OK I managed to get my rear 6x9's installed before NG, I wasn't about to go on a 6 hour drive without tunes.

First:
I hit the original plastic with an entire can of rubberized undercoating








You can also see the neoprene gasket that I used to help seal the enclosure against the chassis.

















I still ended up needing to use non-hardening clay to proper;y seal the enclosure against the chassis.


















I even had to use the clay to properly seal the speaker to the enclosure, I needed about a 1/4" more depth. I am not concerned about the clay keeping the seal because of the 2" port that is incorporated into the factory enclosure.

The final touch to the rear speakers that you can not see is the poly fill that I put into the enclosure with the speakers.

To clarify what "NG" is, it is a Stealth, 3000GT, GTO *N*ational *G*athering. It is a week long event that has Road Course driving, Auto-X racing, Drag Racing, Car Show, and Banquet.

I had a blast, it was my first time and I really learned allot about my car and how she can perform and handle....I even managed to place second in the Auto-X in the stock suspension class.

My build log will now be slowing down, I NEED to finish my daughters' bedroom.

Once that is done, I will dive back into my build.


----------



## 2fnloud (Sep 30, 2007)

*Back at it (at least a little)*

I know this isn't much but since I needed to swap out my new part from the dealership (the big hatch trim that covers the rear wiper motor)

So I thought I would address the rattles that the trim could create and wow does the three small trim pieces make quite a bit of noise when you tapped on them....well they used to.  Let's just say that 1/8" thick closed cell foam with stick back is a great thing




























All the black squares are the closed cell foam.

Then line the edges of the plastic trim:



















Now the pieces pass the "finger thumping" test, no more rattles.

Hopefully more to come, I need to take out the amp rack and driver side stuff to figure out what is catching and holding up the cable to my hatch release.


----------



## JayinMI (Oct 18, 2008)

I was just thinking about this build the other day, and wondering what happened with it.

Jay


----------



## 2fnloud (Sep 30, 2007)

JayinMI said:


> I was just thinking about this build the other day, and wondering what happened with it.
> 
> Jay


Jay,

"life" has been happening, if it is not one kid's event it is another. Or issue with the house.

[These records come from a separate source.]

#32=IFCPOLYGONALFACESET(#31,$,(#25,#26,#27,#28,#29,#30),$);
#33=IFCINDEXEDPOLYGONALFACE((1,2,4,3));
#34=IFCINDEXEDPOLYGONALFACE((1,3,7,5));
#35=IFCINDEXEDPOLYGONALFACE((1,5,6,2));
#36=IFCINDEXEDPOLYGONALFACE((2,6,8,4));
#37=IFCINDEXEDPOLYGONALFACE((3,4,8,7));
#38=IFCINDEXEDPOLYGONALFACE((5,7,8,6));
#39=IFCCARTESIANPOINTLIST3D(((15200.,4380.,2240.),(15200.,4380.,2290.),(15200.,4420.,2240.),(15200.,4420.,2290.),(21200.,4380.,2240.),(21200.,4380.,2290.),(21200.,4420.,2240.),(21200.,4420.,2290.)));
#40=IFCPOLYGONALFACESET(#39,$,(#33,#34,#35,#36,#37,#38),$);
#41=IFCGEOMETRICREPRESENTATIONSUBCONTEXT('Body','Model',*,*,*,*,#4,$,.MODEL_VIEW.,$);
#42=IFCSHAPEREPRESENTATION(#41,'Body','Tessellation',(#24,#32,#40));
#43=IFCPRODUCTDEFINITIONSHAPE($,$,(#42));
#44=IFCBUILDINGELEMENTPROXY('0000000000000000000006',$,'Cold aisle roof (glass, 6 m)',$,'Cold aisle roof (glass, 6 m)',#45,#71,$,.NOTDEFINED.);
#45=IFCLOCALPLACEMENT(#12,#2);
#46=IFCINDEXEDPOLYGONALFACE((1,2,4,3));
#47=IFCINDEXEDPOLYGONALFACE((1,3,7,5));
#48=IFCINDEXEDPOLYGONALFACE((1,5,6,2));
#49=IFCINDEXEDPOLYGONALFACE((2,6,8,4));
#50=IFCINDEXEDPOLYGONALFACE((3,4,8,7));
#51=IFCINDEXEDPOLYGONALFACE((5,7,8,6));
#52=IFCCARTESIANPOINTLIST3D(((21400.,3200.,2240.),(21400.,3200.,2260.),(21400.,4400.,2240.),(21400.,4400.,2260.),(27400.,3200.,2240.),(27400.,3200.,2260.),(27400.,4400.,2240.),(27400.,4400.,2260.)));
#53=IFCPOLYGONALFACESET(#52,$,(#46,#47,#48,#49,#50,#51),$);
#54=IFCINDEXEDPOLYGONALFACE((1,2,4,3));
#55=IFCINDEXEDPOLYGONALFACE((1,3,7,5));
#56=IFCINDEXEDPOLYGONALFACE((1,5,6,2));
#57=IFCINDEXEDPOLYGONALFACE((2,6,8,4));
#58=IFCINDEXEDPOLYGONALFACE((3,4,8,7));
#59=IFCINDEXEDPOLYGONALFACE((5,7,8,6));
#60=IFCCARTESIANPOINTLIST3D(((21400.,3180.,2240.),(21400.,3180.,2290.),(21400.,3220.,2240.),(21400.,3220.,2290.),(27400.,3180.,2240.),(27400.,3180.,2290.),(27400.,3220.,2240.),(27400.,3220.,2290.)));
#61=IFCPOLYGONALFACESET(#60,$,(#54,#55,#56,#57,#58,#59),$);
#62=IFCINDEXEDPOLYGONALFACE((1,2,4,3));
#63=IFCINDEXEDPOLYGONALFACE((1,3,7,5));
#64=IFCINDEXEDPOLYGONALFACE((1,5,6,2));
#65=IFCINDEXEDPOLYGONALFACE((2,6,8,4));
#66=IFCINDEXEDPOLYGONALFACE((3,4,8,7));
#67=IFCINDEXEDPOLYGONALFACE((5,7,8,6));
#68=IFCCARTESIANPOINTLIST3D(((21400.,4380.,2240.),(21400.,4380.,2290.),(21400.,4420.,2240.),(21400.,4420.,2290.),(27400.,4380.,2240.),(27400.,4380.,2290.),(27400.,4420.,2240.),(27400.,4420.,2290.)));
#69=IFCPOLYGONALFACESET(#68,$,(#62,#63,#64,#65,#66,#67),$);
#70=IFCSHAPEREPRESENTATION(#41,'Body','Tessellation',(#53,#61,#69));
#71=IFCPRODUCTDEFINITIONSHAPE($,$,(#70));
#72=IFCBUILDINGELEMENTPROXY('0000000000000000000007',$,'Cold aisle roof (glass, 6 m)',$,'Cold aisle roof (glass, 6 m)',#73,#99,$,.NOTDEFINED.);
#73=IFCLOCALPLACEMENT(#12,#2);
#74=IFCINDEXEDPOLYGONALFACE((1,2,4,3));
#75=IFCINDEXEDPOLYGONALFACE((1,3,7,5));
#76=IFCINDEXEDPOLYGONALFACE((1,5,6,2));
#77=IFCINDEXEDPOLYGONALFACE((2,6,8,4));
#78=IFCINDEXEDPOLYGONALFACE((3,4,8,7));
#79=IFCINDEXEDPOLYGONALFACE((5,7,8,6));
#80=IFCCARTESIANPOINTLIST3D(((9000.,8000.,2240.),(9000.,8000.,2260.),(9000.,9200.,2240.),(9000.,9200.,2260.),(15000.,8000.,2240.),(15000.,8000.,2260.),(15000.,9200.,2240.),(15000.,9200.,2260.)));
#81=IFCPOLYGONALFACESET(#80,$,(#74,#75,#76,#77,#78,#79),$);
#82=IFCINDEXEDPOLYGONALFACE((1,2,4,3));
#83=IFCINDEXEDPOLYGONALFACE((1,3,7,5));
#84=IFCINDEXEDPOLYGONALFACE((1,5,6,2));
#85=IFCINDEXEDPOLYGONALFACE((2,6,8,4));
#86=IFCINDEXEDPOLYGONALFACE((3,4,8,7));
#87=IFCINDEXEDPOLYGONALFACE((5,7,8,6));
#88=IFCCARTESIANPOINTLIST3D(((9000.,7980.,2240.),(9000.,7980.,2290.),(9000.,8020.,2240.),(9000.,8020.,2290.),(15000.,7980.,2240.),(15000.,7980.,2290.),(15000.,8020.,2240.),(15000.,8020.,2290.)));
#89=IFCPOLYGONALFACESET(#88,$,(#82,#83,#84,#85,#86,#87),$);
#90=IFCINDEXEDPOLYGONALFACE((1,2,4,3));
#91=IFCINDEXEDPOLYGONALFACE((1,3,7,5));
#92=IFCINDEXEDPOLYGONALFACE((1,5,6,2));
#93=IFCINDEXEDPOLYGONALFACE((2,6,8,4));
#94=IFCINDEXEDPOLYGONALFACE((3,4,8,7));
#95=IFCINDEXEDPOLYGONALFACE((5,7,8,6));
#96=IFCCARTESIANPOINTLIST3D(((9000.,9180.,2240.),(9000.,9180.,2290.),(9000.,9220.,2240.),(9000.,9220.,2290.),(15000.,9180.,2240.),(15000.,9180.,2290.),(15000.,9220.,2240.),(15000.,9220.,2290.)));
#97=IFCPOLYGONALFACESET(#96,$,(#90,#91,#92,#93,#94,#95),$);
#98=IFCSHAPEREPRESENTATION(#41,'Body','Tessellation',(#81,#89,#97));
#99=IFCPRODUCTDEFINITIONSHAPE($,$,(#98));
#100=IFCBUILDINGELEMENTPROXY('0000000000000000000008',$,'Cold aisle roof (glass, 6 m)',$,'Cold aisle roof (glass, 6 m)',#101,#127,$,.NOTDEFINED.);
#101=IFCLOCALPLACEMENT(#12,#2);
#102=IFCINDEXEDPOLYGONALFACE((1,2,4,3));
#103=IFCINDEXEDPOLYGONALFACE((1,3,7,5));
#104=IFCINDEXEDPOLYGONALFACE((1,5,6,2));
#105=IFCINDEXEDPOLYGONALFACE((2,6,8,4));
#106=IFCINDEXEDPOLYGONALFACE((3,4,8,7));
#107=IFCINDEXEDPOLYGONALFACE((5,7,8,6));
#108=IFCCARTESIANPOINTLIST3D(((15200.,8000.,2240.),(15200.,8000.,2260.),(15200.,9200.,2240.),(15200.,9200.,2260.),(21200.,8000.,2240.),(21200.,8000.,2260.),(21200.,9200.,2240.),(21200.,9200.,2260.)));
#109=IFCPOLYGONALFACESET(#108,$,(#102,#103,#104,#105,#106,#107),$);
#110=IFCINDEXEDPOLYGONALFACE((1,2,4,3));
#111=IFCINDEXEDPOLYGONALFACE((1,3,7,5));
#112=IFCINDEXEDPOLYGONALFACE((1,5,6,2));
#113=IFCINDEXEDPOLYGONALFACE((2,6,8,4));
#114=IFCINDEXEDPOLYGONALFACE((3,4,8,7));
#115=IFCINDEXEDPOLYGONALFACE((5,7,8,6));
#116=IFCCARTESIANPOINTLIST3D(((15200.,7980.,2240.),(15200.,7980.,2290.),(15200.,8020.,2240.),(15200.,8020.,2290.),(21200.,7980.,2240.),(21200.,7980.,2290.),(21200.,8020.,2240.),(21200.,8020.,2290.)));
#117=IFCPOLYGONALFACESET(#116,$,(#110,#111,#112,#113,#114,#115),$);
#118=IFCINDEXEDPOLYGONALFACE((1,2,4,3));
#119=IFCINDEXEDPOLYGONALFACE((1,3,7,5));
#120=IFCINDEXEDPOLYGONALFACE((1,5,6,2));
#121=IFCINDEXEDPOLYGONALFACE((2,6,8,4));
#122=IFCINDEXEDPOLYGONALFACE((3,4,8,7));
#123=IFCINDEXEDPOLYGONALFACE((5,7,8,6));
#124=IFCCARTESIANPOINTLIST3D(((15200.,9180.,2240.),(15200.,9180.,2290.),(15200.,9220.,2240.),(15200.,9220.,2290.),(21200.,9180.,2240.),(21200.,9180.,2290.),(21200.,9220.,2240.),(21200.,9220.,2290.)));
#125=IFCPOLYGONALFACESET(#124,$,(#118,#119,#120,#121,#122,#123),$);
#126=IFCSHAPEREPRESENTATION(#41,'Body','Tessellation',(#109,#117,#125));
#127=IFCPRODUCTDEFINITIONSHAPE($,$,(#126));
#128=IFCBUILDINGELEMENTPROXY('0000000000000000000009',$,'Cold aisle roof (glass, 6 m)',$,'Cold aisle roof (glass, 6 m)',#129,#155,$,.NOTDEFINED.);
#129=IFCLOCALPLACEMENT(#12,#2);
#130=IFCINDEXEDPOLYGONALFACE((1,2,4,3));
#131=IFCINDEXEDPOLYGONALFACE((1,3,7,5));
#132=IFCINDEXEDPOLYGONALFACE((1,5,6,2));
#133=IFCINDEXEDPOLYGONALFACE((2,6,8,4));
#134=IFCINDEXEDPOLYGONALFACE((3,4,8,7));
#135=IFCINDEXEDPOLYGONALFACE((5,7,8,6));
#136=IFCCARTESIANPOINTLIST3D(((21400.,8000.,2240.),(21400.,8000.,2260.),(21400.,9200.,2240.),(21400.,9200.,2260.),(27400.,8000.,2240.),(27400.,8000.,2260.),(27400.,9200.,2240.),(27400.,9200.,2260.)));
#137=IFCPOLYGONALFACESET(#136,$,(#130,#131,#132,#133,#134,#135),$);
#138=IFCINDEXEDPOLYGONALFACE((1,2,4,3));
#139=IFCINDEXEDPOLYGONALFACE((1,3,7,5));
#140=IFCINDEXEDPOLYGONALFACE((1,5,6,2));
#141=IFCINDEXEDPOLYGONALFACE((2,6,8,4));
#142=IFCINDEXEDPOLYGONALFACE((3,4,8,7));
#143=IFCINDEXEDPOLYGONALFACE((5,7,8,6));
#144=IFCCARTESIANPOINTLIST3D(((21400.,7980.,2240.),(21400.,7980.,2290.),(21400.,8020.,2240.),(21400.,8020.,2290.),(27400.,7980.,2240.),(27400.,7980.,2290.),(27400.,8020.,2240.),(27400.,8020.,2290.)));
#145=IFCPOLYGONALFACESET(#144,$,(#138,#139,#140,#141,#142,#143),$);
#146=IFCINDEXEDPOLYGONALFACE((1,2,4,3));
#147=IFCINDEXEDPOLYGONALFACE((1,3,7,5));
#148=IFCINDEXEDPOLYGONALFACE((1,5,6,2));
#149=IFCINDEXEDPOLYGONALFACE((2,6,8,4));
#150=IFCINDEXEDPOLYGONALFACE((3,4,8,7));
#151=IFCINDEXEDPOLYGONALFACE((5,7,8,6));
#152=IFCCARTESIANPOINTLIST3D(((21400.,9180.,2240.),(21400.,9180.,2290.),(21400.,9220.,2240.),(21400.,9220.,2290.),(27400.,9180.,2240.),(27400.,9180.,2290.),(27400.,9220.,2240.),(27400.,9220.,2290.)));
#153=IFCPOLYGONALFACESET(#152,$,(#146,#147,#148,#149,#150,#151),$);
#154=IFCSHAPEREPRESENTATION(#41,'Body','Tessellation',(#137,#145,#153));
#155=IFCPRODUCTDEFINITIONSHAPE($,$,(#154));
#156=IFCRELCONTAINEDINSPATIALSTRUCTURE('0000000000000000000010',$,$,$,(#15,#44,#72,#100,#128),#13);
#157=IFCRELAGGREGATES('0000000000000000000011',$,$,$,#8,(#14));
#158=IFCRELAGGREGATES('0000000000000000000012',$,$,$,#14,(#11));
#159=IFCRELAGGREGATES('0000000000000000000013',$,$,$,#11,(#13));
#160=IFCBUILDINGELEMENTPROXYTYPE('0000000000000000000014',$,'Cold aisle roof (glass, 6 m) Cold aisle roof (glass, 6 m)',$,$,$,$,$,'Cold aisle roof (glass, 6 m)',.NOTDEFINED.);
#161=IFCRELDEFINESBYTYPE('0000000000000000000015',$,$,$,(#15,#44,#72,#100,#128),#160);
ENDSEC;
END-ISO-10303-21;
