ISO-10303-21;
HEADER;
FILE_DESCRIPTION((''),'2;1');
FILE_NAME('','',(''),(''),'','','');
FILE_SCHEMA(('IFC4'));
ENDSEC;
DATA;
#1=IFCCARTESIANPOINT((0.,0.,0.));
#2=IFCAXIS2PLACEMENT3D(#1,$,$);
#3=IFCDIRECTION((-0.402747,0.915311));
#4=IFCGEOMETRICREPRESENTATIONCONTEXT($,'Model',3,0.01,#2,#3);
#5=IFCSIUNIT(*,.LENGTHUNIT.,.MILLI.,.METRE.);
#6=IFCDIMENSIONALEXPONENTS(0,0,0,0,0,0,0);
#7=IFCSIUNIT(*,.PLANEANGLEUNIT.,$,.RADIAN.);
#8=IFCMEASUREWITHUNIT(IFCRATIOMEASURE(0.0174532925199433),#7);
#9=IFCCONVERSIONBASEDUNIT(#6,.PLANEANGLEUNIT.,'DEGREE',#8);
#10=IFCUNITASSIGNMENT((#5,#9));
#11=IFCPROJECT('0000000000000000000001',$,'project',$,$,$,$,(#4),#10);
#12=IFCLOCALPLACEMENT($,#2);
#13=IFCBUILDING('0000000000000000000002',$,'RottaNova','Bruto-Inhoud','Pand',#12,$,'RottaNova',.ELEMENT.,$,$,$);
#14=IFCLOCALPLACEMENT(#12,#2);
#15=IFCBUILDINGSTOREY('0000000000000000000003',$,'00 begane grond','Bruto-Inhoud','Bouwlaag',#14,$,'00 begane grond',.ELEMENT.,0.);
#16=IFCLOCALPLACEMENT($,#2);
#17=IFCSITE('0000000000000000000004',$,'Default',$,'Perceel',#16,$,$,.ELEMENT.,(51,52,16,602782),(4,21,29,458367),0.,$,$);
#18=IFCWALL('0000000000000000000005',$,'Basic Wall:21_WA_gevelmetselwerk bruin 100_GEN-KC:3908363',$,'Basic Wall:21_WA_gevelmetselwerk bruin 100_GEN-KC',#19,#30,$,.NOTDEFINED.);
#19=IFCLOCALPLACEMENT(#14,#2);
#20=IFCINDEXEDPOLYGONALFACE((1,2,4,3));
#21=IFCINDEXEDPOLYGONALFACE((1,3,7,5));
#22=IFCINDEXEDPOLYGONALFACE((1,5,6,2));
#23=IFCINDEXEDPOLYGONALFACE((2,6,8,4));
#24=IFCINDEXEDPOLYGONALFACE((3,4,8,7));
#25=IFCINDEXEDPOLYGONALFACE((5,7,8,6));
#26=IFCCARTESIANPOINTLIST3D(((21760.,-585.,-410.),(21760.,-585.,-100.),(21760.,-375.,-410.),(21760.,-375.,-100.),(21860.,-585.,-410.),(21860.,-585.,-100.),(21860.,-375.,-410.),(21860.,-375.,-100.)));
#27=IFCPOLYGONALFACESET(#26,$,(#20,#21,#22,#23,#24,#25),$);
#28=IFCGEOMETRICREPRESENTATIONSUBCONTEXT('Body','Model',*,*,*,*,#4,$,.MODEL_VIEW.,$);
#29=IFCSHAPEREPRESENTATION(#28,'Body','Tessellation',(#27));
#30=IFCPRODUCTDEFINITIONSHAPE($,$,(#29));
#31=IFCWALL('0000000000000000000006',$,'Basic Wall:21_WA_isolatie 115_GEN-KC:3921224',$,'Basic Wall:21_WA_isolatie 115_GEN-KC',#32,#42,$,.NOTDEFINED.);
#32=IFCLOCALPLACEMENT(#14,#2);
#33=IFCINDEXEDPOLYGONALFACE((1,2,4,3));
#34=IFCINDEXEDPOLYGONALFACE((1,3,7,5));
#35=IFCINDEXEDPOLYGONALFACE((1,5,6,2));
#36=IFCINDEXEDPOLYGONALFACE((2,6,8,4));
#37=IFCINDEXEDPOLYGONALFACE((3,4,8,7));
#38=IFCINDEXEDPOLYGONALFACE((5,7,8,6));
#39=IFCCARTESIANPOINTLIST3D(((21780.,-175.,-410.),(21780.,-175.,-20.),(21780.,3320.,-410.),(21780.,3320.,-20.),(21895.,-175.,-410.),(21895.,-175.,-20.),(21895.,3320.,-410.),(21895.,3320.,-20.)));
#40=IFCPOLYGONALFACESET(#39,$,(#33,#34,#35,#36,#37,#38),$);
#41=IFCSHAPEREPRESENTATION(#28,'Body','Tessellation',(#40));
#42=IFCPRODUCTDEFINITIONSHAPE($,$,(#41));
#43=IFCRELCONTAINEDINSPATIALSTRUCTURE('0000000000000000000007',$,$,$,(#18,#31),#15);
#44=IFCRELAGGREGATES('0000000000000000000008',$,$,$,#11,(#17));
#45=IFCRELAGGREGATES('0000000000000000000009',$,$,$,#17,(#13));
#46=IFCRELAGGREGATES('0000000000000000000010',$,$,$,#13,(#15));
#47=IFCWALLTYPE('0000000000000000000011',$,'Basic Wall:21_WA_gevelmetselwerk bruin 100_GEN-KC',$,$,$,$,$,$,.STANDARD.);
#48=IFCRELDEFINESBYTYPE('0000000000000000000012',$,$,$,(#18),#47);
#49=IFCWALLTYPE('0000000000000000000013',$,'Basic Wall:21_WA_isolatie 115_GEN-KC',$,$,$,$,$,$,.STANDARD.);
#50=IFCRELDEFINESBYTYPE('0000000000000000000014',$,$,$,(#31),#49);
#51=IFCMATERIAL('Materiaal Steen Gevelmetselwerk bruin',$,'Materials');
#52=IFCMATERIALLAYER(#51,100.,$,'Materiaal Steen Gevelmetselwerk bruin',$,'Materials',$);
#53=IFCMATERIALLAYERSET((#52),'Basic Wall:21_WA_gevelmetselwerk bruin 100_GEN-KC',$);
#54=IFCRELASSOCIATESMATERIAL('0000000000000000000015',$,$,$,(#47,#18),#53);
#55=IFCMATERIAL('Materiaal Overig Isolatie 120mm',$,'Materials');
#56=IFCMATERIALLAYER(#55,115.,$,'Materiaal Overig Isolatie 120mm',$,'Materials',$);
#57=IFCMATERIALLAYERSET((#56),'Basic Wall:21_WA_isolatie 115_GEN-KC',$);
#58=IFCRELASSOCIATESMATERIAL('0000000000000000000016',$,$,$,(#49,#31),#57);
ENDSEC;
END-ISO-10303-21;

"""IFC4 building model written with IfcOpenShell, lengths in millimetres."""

from ifc_helpers import new_model, entity, si_unit, converted_unit, direction, frame, frame_2d, origin, place, context, subcontext, project, spatial, rectangle, extrude, material, layer, layer_set, type_object, element, save


model = new_model("IFC4")

# Units and contexts
model_context = context("Model", 3, precision=0.01, world=origin(), true_north=direction((-0.402747, 0.915311)))
body_context = subcontext(model_context, "Body", "Model", "MODEL_VIEW")
ifc_project = project(units=[si_unit("LENGTHUNIT", "METRE", prefix="MILLI"), converted_unit("PLANEANGLEUNIT", "DEGREE", entity("IfcRatioMeasure", 0.0174532925199433), si_unit("PLANEANGLEUNIT", "RADIAN"), dimensions=[0, 0, 0, 0, 0, 0, 0])], contexts=[model_context])

# Site, building, storey
site_placement = place(None, origin())
site = spatial("IfcSite", under=ifc_project, at=site_placement, Name="Default", ObjectType="Perceel", CompositionType="ELEMENT", RefLatitude=(51, 52, 16, 602782), RefLongitude=(4, 21, 29, 458367), RefElevation=0.0)
building_placement = place(None, origin())
building = spatial("IfcBuilding", under=site, at=building_placement, Name="RottaNova", Description="Bruto-Inhoud", ObjectType="Pand", LongName="RottaNova", CompositionType="ELEMENT")
storey_placement = place(building_placement, origin())
storey = spatial("IfcBuildingStorey", under=building, at=storey_placement, Name="00 begane grond", Description="Bruto-Inhoud", ObjectType="Bouwlaag", LongName="00 begane grond", CompositionType="ELEMENT", Elevation=0.0)

# Walls
ifc_material_1 = material(Name="Materiaal Steen Gevelmetselwerk bruin", Category="Materials")
ifc_layer_1 = layer(ifc_material_1, 100.0, Name="Materiaal Steen Gevelmetselwerk bruin", Category="Materials")
ifc_layer_set_1 = layer_set([ifc_layer_1], Name="Basic Wall:21_WA_gevelmetselwerk bruin 100_GEN-KC")
wall_type_1 = type_object("IfcWallType", Name="Basic Wall:21_WA_gevelmetselwerk bruin 100_GEN-KC", PredefinedType="STANDARD", material=ifc_layer_set_1)
wall_1_placement = place(storey_placement, frame((21810.0, -585.0, -410.0), z_axis=(0.0, 0.0, 1.0), x_axis=(0.0, 1.0, 0.0)))
element("IfcWall", 1, at=wall_1_placement, inside=storey, type_object=wall_type_1, material=ifc_layer_set_1, Name="Basic Wall:21_WA_gevelmetselwerk bruin 100_GEN-KC:3908363", ObjectType="Basic Wall:21_WA_gevelmetselwerk bruin 100_GEN-KC", PredefinedType="NOTDEFINED", context=body_context, shape_type="SweptSolid", body=[
    extrude(rectangle(XDim=210.0, YDim=100.0, at=frame_2d((105.0, 0.0), x_axis=(-1.0, 0.0))), origin(), (0.0, 0.0, 1.0), 310.0),
])
ifc_material_2 = material(Name="Materiaal Overig Isolatie 120mm", Category="Materials")
ifc_layer_2 = layer(ifc_material_2, 115.0, Name="Materiaal Overig Isolatie 120mm", Category="Materials")
ifc_layer_set_2 = layer_set([ifc_layer_2], Name="Basic Wall:21_WA_isolatie 115_GEN-KC")
wall_type_2 = type_object("IfcWallType", Name="Basic Wall:21_WA_isolatie 115_GEN-KC", PredefinedType="STANDARD", material=ifc_layer_set_2)
wall_2_placement = place(storey_placement, frame((21837.5, -175.0, -410.0), z_axis=(0.0, 0.0, 1.0), x_axis=(0.0, 1.0, 0.0)))
element("IfcWall", 2, at=wall_2_placement, inside=storey, type_object=wall_type_2, material=ifc_layer_set_2, Name="Basic Wall:21_WA_isolatie 115_GEN-KC:3921224", ObjectType="Basic Wall:21_WA_isolatie 115_GEN-KC", PredefinedType="NOTDEFINED", context=body_context, shape_type="SweptSolid", body=[
    extrude(rectangle(XDim=3495.0, YDim=115.0, at=frame_2d((1747.5, 0.0), x_axis=(-1.0, 0.0))), origin(), (0.0, 0.0, 1.0), 390.0),
])

save(model, "model.ifc")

Plus I have just been enjoying the car when I am able to


----------



## JayinMI (Oct 18, 2008)

I completely understand about "life" happening.

Nice to see you back on it.

Jay


----------



## TimmyG (Aug 24, 2012)

Nice car! Build is coming along nicely as well!


----------



## 2fnloud (Sep 30, 2007)

Wrapped my passenger "A" pillar tonight:




























I am having a lifting problem in that concave curve where the "A" pillar trim meets the dash, I only used 3M's "Super 77" multipurpose spray adhesive to do this job, I have to try 3M's Hi-Strength 90 to keep the vinyl bonded to that area, there is a lot of force to fight in that area.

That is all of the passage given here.